1. Gelbooru: pic related

2. This guy:
>https://web.archive.org/web/20260305171201/https://robindev.substack.com/p/cloudflare-took-down-our-website
>Cloudflare took down our website after trying to force us to pay 120k$ within 24h
>TL;DR:
>We've been on the Cloudflare Business plan ($250/month) for years. They suddenly contacted us and asked us to either pay them $120k up front for one year of Enterprise within 24 hours or they would take down all of our domains. While this escalated up our business we had 3 sales calls with them, trying to figure out what was happening and how to reach a reasonable contract in a week. When we told them we were also in talks with Fastly, they suddenly "purged" all our domains, causing huge downtime in our core business, sleepless nights migrating away from CF, irreparable loss in customer trust and weeks of ongoing downtime in our internal systems.

3. Stupid thread where people report Gelbooru to Clownflare to try to get it taken down:
>https://ghostarchive.org/archive/CfVMZ?wr=false
>https://web.archive.org/web/20260612122804/https://ghostarchive.org/chimurai4/CfVMZ.warc
I found that link from this thread: https://desuarchive.org/g/thread/107418115/#107423985

4. See the OP
>>
>>109036942
I'm thinking that overheating isn't the problem. The router is in one of the coolest areas of where I live. I need that previous Internet or LAN speed which was around 14 times faster. Need it for the important data transfers and (archiving) stuff I'm working on.
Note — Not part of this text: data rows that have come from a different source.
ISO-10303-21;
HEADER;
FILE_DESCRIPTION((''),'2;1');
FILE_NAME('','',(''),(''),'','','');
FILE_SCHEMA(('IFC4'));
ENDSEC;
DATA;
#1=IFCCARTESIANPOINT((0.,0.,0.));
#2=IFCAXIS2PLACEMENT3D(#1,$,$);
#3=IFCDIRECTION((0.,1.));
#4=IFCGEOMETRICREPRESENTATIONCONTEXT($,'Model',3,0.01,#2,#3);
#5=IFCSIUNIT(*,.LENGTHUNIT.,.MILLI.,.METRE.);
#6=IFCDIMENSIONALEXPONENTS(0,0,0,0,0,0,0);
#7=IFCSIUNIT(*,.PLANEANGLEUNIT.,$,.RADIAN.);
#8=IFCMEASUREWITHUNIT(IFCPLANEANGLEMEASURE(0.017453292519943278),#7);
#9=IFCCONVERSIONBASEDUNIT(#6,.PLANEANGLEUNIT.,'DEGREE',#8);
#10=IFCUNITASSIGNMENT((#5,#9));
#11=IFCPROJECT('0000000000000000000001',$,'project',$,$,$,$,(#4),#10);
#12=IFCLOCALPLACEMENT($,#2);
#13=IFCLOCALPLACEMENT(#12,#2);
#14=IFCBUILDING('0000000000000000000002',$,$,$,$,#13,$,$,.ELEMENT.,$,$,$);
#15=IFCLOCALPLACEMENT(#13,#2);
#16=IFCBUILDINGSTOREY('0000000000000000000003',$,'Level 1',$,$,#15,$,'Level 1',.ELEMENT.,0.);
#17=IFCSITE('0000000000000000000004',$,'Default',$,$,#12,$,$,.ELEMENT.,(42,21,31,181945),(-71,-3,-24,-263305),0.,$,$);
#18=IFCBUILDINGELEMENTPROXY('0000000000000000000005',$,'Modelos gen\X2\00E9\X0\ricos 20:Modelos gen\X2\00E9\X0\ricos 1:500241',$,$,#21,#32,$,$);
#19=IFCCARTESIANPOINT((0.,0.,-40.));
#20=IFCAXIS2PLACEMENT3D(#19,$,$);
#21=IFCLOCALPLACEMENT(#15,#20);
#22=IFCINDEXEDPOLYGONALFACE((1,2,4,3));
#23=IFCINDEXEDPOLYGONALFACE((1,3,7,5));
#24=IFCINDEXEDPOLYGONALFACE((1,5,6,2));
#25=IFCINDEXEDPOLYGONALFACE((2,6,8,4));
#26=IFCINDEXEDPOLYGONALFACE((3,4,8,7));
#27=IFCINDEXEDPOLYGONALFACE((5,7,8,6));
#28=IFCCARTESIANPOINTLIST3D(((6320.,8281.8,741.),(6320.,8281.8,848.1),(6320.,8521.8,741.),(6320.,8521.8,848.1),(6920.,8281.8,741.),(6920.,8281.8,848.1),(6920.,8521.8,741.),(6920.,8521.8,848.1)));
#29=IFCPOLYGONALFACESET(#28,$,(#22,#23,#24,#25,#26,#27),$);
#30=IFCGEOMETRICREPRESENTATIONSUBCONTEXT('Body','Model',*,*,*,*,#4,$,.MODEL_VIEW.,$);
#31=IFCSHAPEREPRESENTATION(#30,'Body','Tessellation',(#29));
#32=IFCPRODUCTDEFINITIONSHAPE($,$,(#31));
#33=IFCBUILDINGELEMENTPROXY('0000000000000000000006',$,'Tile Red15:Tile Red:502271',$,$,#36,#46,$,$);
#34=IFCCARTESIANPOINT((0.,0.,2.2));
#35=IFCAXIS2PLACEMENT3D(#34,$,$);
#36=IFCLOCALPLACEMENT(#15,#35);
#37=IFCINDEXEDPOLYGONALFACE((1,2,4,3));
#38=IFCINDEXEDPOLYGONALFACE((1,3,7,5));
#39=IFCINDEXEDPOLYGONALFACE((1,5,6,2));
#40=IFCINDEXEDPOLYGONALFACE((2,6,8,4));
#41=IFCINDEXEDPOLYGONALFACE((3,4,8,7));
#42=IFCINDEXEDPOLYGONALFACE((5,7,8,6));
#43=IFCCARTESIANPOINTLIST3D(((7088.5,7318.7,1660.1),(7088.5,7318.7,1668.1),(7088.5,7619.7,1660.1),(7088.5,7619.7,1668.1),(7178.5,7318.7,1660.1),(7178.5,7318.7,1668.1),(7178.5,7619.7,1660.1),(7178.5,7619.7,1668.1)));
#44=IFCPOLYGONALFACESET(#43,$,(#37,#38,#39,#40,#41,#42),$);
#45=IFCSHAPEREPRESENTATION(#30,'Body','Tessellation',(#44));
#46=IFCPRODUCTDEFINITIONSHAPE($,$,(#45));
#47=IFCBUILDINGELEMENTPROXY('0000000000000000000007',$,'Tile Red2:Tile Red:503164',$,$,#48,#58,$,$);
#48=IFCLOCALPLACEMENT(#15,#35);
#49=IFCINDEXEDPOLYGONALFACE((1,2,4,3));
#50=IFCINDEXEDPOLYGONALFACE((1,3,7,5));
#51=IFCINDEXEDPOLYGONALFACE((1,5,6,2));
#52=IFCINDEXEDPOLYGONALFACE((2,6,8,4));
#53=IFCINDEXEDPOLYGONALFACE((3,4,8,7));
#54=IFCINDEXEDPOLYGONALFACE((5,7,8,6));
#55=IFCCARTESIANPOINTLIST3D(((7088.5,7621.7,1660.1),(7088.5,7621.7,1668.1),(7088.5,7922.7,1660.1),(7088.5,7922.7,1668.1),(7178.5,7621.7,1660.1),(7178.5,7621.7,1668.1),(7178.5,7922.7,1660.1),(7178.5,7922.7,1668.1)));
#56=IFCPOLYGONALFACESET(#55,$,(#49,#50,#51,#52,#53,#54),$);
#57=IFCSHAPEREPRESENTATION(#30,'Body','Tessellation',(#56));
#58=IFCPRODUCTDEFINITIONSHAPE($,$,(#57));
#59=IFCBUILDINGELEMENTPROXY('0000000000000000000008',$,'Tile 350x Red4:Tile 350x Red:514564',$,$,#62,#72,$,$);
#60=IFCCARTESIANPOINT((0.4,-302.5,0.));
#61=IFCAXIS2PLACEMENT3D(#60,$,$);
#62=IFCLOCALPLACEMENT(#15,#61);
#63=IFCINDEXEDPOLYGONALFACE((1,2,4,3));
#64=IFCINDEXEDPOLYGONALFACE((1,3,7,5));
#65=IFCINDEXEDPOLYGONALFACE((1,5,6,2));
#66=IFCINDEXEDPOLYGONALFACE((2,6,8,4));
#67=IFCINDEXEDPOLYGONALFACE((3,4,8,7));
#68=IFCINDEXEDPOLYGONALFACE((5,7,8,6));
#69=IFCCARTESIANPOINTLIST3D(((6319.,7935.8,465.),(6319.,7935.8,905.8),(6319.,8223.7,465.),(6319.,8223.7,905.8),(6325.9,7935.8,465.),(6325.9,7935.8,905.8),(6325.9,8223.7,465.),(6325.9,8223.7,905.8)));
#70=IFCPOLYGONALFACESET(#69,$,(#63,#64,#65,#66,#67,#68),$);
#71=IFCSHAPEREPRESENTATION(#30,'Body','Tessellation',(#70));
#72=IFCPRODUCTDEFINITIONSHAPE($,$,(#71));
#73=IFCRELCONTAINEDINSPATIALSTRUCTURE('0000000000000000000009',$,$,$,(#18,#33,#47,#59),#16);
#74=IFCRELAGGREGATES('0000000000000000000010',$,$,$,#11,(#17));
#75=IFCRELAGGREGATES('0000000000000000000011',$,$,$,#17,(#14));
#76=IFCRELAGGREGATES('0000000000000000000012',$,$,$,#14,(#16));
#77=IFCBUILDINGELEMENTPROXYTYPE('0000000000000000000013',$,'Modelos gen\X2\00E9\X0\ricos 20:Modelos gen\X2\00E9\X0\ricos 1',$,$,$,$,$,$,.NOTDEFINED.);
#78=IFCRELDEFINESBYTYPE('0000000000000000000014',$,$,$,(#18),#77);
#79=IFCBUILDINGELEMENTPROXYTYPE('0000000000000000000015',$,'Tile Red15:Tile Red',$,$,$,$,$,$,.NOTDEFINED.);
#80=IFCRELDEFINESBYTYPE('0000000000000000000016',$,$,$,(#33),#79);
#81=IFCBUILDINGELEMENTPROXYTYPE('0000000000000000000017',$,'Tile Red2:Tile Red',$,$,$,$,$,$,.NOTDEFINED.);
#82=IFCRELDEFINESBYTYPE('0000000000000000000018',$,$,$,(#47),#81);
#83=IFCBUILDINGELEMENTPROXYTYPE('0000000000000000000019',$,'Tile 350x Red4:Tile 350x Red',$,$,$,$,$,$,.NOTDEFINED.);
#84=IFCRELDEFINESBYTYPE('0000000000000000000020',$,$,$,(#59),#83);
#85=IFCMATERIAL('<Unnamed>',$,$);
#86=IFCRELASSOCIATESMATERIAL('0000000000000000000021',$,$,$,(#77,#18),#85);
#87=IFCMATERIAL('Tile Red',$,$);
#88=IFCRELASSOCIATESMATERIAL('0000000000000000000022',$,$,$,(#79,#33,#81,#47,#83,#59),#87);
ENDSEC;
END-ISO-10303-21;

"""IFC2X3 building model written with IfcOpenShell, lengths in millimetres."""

from ifc_helpers import new_model, entity, si_unit, converted_unit, direction, frame, frame_2d, origin, origin_2d_with_axis, place, context, subcontext, project, spatial, rectangle, extrude, source, transform, mapped, material, type_object, type_shapes, element, save


model = new_model("IFC2X3")

# Units and contexts
model_context = context("Model", 3, precision=0.01, world=origin(), true_north=direction((0.0, 1.0)))
body_context = subcontext(model_context, "Body", "Model", "MODEL_VIEW")
ifc_project = project(units=[si_unit("LENGTHUNIT", "METRE", prefix="MILLI"), converted_unit("PLANEANGLEUNIT", "DEGREE", entity("IfcPlaneAngleMeasure", 0.017453292519943278), si_unit("PLANEANGLEUNIT", "RADIAN"), dimensions=[0, 0, 0, 0, 0, 0, 0])], contexts=[model_context])

# Site, building, storey
site_placement = place(None, origin())
site = spatial("IfcSite", under=ifc_project, at=site_placement, Name="Default", CompositionType="ELEMENT", RefLatitude=(42, 21, 31, 181945), RefLongitude=(-71, -3, -24, -263305), RefElevation=0.0)
building_placement = place(site_placement, origin())
building = spatial("IfcBuilding", under=site, at=building_placement, CompositionType="ELEMENT")
storey_placement = place(building_placement, origin())
storey = spatial("IfcBuildingStorey", under=building, at=storey_placement, Name="Level 1", LongName="Level 1", CompositionType="ELEMENT", Elevation=0.0)

# Building element proxies
ifc_material_1 = material(Name="Tile Red")
ifc_material_2 = material(Name="<Unnamed>")
building_element_proxy_type_1 = type_object("IfcBuildingElementProxyType", Name="Modelos genéricos 20:Modelos genéricos 1", PredefinedType="NOTDEFINED", material=ifc_material_2)
shared_shape_1 = source(origin(), body_context, "Body", "SweptSolid", [
    extrude(rectangle(XDim=600.0, YDim=240.0, at=origin_2d_with_axis()), frame((6620.0, 8401.8, 741.0), z_axis=(0.0, 0.0, 1.0), x_axis=(-1.0, 0.0, 0.0)), (0.0, 0.0, 1.0), 107.1),
])
type_shapes(building_element_proxy_type_1, [shared_shape_1])
proxy_1_placement = place(storey_placement, frame((0.0, 0.0, -40.0)))
element("IfcBuildingElementProxy", 1, at=proxy_1_placement, inside=storey, type_object=building_element_proxy_type_1, material=ifc_material_2, Name="Modelos genéricos 20:Modelos genéricos 1:500241", context=body_context, shape_type="MappedRepresentation", body=[
    mapped(shared_shape_1, transform((0.0, 0.0, 0.0), scale=1.0)),
])
building_element_proxy_type_2 = type_object("IfcBuildingElementProxyType", Name="Tile Red15:Tile Red", PredefinedType="NOTDEFINED", material=ifc_material_1)
shared_shape_2 = source(origin(), body_context, "Body", "SweptSolid", [
    extrude(rectangle(XDim=90.0, YDim=301.0, at=frame_2d((0.0, 0.0), x_axis=(1.0, 0.0))), frame((7133.5, 7469.2, 1660.1)), (0.0, 0.0, 1.0), 8.0),
])
type_shapes(building_element_proxy_type_2, [shared_shape_2])
proxy_2_placement = place(storey_placement, frame((0.0, 0.0, 2.2)))
element("IfcBuildingElementProxy", 2, at=proxy_2_placement, inside=storey, type_object=building_element_proxy_type_2, material=ifc_material_1, Name="Tile Red15:Tile Red:502271", context=body_context, shape_type="MappedRepresentation", body=[
    mapped(shared_shape_2, transform((0.0, 0.0, 0.0), scale=1.0)),
])
building_element_proxy_type_3 = type_object("IfcBuildingElementProxyType", Name="Tile Red2:Tile Red", PredefinedType="NOTDEFINED", material=ifc_material_1)
shared_shape_3 = source(origin(), body_context, "Body", "SweptSolid", [
    extrude(rectangle(XDim=301.0, YDim=90.0, at=frame_2d((0.0, 0.0), x_axis=(1.0, 0.0))), frame((7133.5, 7772.2, 1660.1), z_axis=(0.0, 0.0, 1.0), x_axis=(0.0, -1.0, 0.0)), (0.0, 0.0, 1.0), 8.0),
])
type_shapes(building_element_proxy_type_3, [shared_shape_3])
proxy_3_placement = place(storey_placement, frame((0.0, 0.0, 2.2)))
element("IfcBuildingElementProxy", 3, at=proxy_3_placement, inside=storey, type_object=building_element_proxy_type_3, material=ifc_material_1, Name="Tile Red2:Tile Red:503164", context=body_context, shape_type="MappedRepresentation", body=[
    mapped(shared_shape_3, transform((0.0, 0.0, 0.0), scale=1.0)),
])
building_element_proxy_type_4 = type_object("IfcBuildingElementProxyType", Name="Tile 350x Red4:Tile 350x Red", PredefinedType="NOTDEFINED", material=ifc_material_1)
shared_shape_4 = source(origin(), body_context, "Body", "SweptSolid", [
    extrude(rectangle(XDim=6.9, YDim=287.9, at=frame_2d((0.0, 0.0), x_axis=(1.0, 0.0))), frame((6322.4, 8079.7, 465.0)), (0.0, 0.0, 1.0), 440.8),
])
type_shapes(building_element_proxy_type_4, [shared_shape_4])
proxy_4_placement = place(storey_placement, frame((0.4, -302.5, 0.0)))
element("IfcBuildingElementProxy", 4, at=proxy_4_placement, inside=storey, type_object=building_element_proxy_type_4, material=ifc_material_1, Name="Tile 350x Red4:Tile 350x Red:514564", context=body_context, shape_type="MappedRepresentation", body=[
    mapped(shared_shape_4, transform((0.0, 0.0, 0.0), scale=1.0)),
])

save(model, "model.ifc")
Around 8 hours after now, I think I'll restart the WiFi thing in my Linux computer (wpa_supplicant). Maybe even unplug the router and plug it back in (last resort as that messes "lots of stuff" up). Feels like the router (or ISP?) is throttling this computer in the LAN as it seems all other computer in the LAN have way faster transfer speeds.
>>
>>109037315
It's only affecting one PC? Have you looked at network traffic for malware signatures from that machine?
>>
>>109037315
Disconnect the affected PC from the network and use another machine to ping flood the router.
>>
I asked in /hsg/ without any feedback, maybe you guys have some advice for me:

Is there a way to run a 4 disk RAID10 storage solution under Windows with the intention of eventually taking those disks and transferring them into a Synology NAS?

I'm currently using Windows Storage Spaces and would like an exit path out of the windows ecosystem that would allow me to use an array in the meantime.
>>
>>109037560
How are Synology NAS drives partitioned and formatted? How are your current drives partitioned and formatted?
>>
>>109037604
My question is more related to interoperability issues between Windows and linux filesystem based raid solutions. I'm sure I could go through all the trouble of setting something up under WSL, but I'd like to know that it's going to transfer to the NAS seamlessly while also not being mismanaged by Windows in the meantime.
>>
>>109037784
I don't know the answer, but I assume that the Synology NAS will automatically partition and format the drives you install. Test with old drives first if you can't find a definitive answer.